__WHAT THIS TASK INVOLVES__: Repeat the stretch of entries below from the line with "#163=IFCRELAGGREGATES('0000000000000000000015',$,$,$,#9,(#15));" through the line with "END-ISO-10303-21;". Include both ends and add nothing.

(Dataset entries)

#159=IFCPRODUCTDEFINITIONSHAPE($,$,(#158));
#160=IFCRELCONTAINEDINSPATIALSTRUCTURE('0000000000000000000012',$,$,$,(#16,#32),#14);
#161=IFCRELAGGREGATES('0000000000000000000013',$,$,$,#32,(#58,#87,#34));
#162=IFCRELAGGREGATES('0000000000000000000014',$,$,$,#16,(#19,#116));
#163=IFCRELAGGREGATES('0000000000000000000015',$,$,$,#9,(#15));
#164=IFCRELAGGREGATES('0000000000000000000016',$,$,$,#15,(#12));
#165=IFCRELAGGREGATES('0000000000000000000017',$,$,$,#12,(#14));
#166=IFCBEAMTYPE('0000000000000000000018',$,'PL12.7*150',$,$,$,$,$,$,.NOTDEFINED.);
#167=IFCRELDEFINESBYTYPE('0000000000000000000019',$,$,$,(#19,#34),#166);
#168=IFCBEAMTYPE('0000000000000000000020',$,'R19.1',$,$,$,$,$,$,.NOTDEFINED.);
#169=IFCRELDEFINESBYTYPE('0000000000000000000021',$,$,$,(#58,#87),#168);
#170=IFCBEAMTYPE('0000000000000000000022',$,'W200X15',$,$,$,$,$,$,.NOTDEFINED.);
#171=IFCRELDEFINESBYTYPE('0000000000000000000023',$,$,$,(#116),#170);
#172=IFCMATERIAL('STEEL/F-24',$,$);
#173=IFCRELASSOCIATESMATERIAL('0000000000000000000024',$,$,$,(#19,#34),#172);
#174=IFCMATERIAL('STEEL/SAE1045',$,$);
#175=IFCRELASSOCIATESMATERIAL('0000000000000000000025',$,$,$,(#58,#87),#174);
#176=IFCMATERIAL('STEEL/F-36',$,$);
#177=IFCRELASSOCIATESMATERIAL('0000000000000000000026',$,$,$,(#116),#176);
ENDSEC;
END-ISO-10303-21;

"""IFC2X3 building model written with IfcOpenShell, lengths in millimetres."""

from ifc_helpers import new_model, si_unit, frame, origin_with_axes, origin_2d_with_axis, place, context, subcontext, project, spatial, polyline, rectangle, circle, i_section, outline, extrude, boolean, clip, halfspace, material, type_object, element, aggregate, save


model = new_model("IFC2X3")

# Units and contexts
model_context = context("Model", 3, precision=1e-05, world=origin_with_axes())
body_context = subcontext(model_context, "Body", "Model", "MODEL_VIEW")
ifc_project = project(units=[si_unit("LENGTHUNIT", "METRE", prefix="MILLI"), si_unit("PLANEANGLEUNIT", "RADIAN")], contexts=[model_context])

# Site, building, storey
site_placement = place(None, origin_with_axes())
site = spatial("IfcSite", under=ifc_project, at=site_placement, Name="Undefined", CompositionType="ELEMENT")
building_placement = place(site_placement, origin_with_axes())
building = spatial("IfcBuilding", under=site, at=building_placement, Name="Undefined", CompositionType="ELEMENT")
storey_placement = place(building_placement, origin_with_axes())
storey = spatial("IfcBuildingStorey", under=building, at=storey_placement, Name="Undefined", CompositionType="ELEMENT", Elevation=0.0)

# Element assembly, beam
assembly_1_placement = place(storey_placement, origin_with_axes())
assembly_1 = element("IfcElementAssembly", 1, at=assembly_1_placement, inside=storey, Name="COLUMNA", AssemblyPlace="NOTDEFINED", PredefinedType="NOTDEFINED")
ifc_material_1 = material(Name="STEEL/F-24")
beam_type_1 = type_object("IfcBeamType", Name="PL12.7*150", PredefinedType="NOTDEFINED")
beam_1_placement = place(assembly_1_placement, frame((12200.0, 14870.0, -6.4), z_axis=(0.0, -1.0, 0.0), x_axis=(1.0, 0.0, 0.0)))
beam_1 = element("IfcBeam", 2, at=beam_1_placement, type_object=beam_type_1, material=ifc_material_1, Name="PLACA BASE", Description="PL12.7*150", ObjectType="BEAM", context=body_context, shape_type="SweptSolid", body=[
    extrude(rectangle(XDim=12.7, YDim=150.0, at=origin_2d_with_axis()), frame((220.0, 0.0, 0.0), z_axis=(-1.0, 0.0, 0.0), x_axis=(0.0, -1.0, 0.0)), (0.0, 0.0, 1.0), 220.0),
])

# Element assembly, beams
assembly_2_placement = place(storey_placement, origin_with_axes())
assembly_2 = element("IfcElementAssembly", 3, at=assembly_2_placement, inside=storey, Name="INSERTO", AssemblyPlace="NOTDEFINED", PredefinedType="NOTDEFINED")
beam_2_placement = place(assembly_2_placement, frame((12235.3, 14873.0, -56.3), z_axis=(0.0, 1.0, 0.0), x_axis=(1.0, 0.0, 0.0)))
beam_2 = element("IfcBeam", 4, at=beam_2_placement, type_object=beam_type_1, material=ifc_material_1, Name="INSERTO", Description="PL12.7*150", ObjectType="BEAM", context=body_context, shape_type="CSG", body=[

__OUTPUT FOR THIS TASK__:
#163=IFCRELAGGREGATES('0000000000000000000015',$,$,$,#9,(#15));
#164=IFCRELAGGREGATES('0000000000000000000016',$,$,$,#15,(#12));
#165=IFCRELAGGREGATES('0000000000000000000017',$,$,$,#12,(#14));
#166=IFCBEAMTYPE('0000000000000000000018',$,'PL12.7*150',$,$,$,$,$,$,.NOTDEFINED.);
#167=IFCRELDEFINESBYTYPE('0000000000000000000019',$,$,$,(#19,#34),#166);
#168=IFCBEAMTYPE('0000000000000000000020',$,'R19.1',$,$,$,$,$,$,.NOTDEFINED.);
#169=IFCRELDEFINESBYTYPE('0000000000000000000021',$,$,$,(#58,#87),#168);
#170=IFCBEAMTYPE('0000000000000000000022',$,'W200X15',$,$,$,$,$,$,.NOTDEFINED.);
#171=IFCRELDEFINESBYTYPE('0000000000000000000023',$,$,$,(#116),#170);
#172=IFCMATERIAL('STEEL/F-24',$,$);
#173=IFCRELASSOCIATESMATERIAL('0000000000000000000024',$,$,$,(#19,#34),#172);
#174=IFCMATERIAL('STEEL/SAE1045',$,$);
#175=IFCRELASSOCIATESMATERIAL('0000000000000000000025',$,$,$,(#58,#87),#174);
#176=IFCMATERIAL('STEEL/F-36',$,$);
#177=IFCRELASSOCIATESMATERIAL('0000000000000000000026',$,$,$,(#116),#176);
ENDSEC;
END-ISO-10303-21;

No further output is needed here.